The Rat Pack - Live From Las Vegas is a stage musical produced by Flying Music Group Ltd. The stage show was conceived and created by Mitch Sebastian, who was also the show's director and choreographer.

Overview
Developed over three years the original production opened outside London at the Beck Theatre, Hayes in January 2000. A short tour featured Louis Hoover as Frank Sinatra, Michael Howe as Dean Martin and Peter Straker as Sammy Davis Junior. The show was rewritten and new set designs were added for a second UK tour in 2001 with Clive Carter and George Daniel Long playing Dean Martin and Sammy Davis Junior. It was not until the 2002 UK Tour that the show found its audience. Further rewrites and new set designs by Sean Kavanagh with costume designs by Paul Clarke and a cast that featured Stephen Triffit (Frank) Mark Adams (Dean) and George Daniel Long (Sammy) performed a sold-out 6-month tour.

The production transferred to the West End for a limited six-week engagement at Theatre Royal Haymarket in 2003. Due to rave reviews and sold-out performances, the run was extended for a further six weeks before transferring to Strand Theatre (now Novello Theatre), where it played for two years breaking all box office records in advance sales. The original West End cast starred Mark Adams (Martin), George Daniel Long (Davis Jr), and Stephen Triffitt (Sinatra).
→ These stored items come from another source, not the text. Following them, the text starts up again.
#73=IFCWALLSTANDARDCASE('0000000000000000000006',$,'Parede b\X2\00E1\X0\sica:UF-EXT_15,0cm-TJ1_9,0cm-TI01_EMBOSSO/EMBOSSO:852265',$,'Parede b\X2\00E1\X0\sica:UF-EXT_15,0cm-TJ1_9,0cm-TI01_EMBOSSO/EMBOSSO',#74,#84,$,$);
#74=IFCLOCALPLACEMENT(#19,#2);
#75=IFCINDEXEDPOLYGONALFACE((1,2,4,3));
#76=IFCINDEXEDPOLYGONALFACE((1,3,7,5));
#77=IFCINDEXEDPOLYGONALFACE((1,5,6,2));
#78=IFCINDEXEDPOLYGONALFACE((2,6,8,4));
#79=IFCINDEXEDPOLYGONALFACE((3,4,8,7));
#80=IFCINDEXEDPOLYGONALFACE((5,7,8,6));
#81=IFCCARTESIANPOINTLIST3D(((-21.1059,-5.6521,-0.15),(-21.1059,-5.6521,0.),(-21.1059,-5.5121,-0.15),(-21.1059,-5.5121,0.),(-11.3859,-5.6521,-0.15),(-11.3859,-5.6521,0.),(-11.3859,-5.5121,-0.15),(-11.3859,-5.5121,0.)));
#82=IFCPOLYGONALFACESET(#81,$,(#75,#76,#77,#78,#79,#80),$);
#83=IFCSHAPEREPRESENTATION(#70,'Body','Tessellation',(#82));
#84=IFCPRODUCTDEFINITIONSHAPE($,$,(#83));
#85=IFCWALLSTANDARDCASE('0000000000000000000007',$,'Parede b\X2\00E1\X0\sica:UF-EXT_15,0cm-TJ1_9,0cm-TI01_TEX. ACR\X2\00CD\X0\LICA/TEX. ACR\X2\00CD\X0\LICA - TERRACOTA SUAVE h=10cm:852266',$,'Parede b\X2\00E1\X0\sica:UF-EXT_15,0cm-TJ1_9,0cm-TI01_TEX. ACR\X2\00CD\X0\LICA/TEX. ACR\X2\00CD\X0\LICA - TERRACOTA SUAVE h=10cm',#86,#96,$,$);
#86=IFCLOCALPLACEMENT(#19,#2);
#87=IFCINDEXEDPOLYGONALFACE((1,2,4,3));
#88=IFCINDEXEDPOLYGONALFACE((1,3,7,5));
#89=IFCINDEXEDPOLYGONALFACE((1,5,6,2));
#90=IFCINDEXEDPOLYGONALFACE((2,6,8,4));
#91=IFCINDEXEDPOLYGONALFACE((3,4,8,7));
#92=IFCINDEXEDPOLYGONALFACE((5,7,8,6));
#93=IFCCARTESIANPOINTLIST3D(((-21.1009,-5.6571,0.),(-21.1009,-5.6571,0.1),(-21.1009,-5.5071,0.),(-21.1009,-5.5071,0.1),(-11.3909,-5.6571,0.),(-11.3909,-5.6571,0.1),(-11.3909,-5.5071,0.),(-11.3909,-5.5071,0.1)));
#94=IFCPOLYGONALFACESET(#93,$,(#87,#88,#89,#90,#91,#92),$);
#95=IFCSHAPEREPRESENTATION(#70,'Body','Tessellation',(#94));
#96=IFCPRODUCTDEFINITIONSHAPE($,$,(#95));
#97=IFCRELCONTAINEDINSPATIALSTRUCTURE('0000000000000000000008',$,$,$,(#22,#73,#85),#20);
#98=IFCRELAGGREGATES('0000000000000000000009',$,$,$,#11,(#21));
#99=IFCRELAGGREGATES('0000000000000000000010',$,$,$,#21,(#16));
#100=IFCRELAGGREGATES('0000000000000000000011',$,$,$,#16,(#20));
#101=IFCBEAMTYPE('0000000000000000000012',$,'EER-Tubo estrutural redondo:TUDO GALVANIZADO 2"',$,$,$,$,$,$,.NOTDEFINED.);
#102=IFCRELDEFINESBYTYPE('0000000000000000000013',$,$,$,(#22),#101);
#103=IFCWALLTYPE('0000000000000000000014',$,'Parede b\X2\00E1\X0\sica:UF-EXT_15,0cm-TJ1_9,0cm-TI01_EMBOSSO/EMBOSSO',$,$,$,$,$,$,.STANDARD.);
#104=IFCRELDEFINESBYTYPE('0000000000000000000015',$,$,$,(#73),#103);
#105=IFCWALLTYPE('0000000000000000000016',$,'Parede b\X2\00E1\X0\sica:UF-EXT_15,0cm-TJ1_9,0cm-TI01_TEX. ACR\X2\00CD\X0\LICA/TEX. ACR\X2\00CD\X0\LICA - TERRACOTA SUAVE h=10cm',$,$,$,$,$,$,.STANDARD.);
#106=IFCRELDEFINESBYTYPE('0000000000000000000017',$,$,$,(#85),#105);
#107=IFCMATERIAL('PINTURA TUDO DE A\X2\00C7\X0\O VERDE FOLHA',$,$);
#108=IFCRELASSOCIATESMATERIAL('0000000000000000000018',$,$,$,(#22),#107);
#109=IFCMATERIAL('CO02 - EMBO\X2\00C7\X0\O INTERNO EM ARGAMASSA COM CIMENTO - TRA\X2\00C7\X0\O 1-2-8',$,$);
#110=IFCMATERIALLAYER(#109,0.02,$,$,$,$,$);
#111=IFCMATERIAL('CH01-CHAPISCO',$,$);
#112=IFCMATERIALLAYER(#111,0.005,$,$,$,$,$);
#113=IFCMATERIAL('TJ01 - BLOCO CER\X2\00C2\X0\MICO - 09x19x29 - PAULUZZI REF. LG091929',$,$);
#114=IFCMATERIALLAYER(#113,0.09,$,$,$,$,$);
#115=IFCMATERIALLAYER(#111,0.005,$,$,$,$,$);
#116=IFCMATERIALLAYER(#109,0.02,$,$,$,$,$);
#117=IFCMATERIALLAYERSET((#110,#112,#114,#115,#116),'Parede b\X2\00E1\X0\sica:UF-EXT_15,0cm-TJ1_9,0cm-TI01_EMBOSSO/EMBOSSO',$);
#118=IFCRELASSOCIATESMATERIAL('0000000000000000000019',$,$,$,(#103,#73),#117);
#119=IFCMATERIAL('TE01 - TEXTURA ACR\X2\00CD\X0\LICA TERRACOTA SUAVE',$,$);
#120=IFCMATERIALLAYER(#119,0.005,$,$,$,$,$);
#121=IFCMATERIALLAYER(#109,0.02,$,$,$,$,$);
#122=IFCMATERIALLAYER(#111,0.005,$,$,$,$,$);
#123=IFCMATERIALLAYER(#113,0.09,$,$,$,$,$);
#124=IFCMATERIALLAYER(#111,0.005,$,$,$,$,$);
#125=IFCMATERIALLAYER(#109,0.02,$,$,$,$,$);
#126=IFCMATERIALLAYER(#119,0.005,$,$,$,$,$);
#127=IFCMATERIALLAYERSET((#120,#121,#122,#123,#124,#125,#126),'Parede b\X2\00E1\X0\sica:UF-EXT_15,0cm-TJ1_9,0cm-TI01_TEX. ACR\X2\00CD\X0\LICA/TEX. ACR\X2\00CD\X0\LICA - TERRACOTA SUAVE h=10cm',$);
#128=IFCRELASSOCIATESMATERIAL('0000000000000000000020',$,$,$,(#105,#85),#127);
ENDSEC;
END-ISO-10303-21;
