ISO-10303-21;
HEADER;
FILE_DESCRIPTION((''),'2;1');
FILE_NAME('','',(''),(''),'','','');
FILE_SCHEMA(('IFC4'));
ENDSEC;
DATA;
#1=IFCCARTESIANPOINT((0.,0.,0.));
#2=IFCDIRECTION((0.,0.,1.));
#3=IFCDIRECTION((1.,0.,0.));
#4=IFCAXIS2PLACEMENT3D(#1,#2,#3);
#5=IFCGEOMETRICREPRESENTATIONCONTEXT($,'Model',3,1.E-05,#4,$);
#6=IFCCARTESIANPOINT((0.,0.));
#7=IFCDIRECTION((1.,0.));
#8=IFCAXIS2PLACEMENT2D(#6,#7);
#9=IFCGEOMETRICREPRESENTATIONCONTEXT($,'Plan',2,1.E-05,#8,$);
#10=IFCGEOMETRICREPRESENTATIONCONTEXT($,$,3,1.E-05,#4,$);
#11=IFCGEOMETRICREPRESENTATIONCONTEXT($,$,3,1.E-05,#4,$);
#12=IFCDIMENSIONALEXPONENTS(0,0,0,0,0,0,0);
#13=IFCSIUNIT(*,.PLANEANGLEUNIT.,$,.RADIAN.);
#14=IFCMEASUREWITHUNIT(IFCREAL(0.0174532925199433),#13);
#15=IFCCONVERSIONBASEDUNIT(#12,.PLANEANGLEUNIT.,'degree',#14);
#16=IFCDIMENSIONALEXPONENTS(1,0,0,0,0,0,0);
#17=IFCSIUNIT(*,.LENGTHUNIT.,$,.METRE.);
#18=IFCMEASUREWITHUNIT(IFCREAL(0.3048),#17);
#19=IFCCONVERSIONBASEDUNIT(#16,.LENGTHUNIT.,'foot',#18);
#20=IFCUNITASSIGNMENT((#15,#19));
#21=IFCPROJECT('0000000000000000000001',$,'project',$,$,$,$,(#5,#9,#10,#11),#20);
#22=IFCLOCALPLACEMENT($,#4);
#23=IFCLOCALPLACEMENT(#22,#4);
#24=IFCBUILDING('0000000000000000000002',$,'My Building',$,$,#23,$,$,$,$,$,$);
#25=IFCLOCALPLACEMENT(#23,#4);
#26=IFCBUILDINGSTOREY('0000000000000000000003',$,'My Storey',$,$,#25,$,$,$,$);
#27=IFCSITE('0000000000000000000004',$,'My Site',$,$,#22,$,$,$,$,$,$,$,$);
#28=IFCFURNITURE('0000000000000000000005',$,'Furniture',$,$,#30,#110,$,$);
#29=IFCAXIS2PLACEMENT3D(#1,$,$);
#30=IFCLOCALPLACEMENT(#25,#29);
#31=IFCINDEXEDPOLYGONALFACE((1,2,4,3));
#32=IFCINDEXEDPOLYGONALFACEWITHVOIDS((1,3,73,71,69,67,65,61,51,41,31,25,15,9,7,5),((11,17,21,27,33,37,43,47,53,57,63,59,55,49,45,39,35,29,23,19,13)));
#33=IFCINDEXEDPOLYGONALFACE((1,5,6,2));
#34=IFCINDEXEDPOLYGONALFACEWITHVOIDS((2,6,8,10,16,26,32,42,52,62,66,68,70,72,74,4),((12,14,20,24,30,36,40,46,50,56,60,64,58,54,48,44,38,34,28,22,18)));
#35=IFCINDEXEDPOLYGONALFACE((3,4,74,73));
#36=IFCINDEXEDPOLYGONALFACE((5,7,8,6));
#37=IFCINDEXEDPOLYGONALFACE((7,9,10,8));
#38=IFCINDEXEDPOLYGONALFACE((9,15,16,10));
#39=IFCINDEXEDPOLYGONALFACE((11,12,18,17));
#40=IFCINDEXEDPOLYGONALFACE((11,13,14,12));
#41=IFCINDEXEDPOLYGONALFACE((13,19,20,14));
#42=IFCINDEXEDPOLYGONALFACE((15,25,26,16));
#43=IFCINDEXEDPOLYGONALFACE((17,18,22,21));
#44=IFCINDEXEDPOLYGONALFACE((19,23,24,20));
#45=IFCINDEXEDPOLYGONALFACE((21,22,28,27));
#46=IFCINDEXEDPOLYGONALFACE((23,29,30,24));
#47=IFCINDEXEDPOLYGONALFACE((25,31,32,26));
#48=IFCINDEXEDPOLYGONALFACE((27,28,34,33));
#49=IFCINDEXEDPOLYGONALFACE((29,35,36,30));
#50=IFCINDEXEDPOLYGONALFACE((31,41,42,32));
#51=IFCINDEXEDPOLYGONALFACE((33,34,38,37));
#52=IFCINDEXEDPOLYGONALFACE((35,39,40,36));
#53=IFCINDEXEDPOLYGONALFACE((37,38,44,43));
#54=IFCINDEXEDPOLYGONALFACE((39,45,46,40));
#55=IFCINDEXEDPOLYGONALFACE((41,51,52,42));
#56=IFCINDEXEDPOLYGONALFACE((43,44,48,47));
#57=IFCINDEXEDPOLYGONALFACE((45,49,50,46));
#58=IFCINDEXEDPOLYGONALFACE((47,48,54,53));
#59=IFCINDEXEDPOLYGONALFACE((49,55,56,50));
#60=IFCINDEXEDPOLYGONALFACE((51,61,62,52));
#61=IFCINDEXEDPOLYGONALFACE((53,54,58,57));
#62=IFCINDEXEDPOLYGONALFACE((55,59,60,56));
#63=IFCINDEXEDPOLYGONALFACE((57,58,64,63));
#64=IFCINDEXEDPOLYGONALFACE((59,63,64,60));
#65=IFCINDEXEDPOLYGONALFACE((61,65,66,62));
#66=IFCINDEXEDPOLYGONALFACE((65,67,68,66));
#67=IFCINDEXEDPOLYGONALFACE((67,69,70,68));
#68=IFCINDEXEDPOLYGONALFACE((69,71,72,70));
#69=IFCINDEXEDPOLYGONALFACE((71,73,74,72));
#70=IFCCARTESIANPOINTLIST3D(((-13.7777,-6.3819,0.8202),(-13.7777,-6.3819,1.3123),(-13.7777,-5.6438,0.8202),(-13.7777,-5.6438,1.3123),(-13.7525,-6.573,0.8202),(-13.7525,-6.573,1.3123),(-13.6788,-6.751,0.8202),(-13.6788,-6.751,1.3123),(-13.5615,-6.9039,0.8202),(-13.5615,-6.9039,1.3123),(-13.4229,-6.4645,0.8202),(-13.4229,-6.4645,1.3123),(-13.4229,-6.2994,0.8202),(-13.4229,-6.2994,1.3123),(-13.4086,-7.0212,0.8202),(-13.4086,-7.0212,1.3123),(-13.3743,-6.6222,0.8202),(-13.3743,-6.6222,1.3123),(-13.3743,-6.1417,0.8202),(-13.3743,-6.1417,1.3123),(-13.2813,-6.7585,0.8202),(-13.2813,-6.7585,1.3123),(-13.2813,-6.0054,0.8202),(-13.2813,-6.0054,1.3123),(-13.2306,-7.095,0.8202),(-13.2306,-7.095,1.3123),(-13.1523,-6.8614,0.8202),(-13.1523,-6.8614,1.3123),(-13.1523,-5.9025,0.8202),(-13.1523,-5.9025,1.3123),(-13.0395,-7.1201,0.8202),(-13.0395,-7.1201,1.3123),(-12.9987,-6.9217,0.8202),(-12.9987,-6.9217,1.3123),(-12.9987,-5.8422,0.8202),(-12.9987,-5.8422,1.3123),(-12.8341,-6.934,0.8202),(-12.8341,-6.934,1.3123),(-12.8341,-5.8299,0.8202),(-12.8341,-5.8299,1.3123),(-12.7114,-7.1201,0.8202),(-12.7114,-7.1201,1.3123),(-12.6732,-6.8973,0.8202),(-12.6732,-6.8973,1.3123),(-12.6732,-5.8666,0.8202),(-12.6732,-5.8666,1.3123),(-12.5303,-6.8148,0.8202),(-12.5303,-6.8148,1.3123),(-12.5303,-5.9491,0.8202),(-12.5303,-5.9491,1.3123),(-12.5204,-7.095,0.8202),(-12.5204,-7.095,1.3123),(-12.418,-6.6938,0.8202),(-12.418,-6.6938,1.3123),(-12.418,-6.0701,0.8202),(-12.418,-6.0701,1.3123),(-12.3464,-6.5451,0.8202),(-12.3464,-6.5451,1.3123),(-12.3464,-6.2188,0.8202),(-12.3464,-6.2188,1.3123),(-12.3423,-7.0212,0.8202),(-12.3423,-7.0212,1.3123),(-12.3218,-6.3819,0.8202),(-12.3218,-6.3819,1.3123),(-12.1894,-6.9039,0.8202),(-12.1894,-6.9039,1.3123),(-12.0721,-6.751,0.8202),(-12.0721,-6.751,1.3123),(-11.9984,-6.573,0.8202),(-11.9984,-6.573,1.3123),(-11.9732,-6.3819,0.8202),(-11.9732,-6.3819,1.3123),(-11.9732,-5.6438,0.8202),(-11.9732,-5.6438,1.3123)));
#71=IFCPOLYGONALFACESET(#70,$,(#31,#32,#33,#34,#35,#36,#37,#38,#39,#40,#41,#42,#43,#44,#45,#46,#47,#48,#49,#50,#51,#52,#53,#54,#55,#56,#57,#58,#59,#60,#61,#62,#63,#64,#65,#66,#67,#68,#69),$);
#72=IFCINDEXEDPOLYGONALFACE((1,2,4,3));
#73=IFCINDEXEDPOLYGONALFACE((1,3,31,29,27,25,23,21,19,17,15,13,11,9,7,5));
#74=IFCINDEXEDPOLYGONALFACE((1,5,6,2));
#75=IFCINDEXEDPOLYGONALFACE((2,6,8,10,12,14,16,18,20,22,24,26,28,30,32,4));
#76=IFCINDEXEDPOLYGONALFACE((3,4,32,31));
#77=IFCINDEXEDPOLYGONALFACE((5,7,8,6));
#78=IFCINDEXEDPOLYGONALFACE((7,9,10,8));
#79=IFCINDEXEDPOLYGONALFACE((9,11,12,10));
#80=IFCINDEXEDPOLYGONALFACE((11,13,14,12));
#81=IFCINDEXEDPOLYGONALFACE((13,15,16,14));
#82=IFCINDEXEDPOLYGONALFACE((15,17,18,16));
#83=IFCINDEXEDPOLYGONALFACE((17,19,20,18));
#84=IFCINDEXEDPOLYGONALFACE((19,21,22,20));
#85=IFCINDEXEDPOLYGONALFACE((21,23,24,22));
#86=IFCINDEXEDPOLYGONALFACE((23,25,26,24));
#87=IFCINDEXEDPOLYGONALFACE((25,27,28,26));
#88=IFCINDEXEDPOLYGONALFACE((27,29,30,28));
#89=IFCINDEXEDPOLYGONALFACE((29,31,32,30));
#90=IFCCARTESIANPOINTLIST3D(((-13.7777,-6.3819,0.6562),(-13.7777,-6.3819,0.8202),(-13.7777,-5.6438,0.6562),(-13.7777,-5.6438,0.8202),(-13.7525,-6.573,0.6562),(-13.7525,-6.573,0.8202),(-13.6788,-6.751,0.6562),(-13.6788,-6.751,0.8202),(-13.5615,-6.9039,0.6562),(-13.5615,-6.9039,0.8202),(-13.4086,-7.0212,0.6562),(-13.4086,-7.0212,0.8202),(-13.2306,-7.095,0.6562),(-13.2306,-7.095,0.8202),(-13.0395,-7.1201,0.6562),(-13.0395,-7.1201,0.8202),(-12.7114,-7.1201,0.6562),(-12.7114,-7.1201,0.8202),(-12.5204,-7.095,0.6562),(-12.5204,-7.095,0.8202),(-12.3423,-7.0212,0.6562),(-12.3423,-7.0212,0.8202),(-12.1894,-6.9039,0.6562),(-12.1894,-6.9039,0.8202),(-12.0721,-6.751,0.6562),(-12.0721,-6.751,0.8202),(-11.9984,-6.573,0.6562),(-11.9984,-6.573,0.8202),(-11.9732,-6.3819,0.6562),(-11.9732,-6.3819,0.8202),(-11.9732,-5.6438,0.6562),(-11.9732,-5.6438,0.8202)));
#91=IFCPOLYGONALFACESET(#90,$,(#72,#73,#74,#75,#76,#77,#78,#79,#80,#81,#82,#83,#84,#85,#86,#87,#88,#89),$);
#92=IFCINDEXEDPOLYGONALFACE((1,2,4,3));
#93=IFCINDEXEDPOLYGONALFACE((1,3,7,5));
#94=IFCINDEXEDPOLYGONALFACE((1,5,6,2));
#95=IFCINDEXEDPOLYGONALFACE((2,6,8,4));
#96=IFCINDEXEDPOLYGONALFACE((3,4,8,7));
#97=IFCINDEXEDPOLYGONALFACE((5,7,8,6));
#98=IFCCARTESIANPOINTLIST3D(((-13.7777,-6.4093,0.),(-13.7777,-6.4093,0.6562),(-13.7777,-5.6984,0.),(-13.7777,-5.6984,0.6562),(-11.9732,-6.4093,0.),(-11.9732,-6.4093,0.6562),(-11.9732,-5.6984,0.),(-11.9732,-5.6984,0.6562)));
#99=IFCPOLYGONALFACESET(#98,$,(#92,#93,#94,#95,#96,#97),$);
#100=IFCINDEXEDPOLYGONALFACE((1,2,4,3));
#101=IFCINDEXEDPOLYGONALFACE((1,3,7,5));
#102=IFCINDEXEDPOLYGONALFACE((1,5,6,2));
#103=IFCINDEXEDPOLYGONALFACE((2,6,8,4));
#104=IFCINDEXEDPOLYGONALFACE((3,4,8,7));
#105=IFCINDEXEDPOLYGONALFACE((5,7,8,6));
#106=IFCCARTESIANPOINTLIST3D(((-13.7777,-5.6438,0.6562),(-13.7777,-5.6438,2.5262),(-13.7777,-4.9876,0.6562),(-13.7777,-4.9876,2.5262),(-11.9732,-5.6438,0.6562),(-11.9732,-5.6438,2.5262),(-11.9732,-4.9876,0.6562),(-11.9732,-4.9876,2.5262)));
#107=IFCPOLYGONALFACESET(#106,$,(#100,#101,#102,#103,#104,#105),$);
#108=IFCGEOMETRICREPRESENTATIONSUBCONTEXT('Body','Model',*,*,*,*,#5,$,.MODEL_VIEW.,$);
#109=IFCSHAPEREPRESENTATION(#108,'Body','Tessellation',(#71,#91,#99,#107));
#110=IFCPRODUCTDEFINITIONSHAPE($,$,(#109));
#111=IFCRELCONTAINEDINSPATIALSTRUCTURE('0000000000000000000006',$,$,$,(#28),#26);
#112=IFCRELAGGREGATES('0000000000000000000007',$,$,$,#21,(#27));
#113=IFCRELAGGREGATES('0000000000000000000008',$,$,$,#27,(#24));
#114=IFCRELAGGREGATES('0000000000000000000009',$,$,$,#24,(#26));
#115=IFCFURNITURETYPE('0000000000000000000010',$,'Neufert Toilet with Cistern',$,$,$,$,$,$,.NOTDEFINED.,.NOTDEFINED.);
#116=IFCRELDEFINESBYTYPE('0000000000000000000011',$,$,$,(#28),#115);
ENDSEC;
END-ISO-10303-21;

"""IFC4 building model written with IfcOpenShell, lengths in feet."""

from ifc_helpers import new_model, entity, si_unit, converted_unit, frame, frame_2d, origin_with_axes, origin_2d_with_axis, place, context, subcontext, project, spatial, line, arc, indexed_curve, circle_curve, outline, extrude, source, transform, mapped, type_object, type_shapes, element, save


model = new_model("IFC4")

# Units and contexts
model_context = context("Model", 3, precision=1e-05, world=origin_with_axes())
plan_context = context("Plan", 2, precision=1e-05, world=origin_2d_with_axis())
context_of_model_1 = context(None, 3, precision=1e-05, world=origin_with_axes())
context_of_model_2 = context(None, 3, precision=1e-05, world=origin_with_axes())
body_context = subcontext(model_context, "Body", "Model", "MODEL_VIEW")
ifc_project = project(units=[converted_unit("PLANEANGLEUNIT", "degree", entity("IfcReal", 0.0174532925199433), si_unit("PLANEANGLEUNIT", "RADIAN"), dimensions=[0, 0, 0, 0, 0, 0, 0]), converted_unit("LENGTHUNIT", "foot", entity("IfcReal", 0.3048), si_unit("LENGTHUNIT", "METRE"), dimensions=[1, 0, 0, 0, 0, 0, 0])], contexts=[model_context, plan_context, context_of_model_1, context_of_model_2])

# Site, building, storey
site_placement = place(None, origin_with_axes())
site = spatial("IfcSite", under=ifc_project, at=site_placement, Name="My Site")
building_placement = place(site_placement, origin_with_axes())
building = spatial("IfcBuilding", under=site, at=building_placement, Name="My Building")
storey_placement = place(building_placement, origin_with_axes())
storey = spatial("IfcBuildingStorey", under=building, at=storey_placement, Name="My Storey")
In May 2005, the show transferred to the Savoy Theatre where it ran for another two years,  exceeding over 1000 consecutive performances.

A new limited season was performed at the Adelphi Theatre in London from September 2009 to January 2010 starring Craige Els (Martin), Giles Terrera (Davis Jr), and Louis Hoover (Sinatra). It returned for another limited season to the Wyndhams Theatre in 2011–2012 with the original cast.

It currently holds the record for playing in the most houses (eight) in London's West End. The production has played the following West End Theatres from 2003 - 2014  Peacock Theatre, Theatre Royal Haymarket,  Novello Theatre , Savoy Theatre, London Palladium, Theatre Royal Drury Lane, Adelphi Theatre and Wyndham's Theatre. On 13 December 2017 it returned to the Theatre Royal Haymarket and in January the show was enhanced with a celebration of Ella Fitzgerald's centenary. Ella Fitzgerald is played by Nicola Emmanuelle. It will close in February 2018 followed by another U.K. Tour which will finish on June 9, 2018.

A European tour premiered in 2004 and ran for four years playing, Germany, Austria, Italy, Spain, Norway and Denmark.

The show was renamed "The Ratpack Live from the Sands" when it embarked on its first USA Tour in 2005. It continued to tour America as part of the Broadway series for a subsequent four seasons. Other productions opened in Toronto, Canon Theatre.

Mitch Sebastian also directed the film for PBS in America. It is currently available on Amazon (Giles Terrera appears as Sammy Davis Junior)

Original West End cast recording was made early in the run at the Novello Theatre featuring the original cast.

The show was nominated for BEST NEW MUSICAL in the WhatsOnStage awards and for BEST ENTERTAINMENT in the 2003 Laurence Olivier Awards.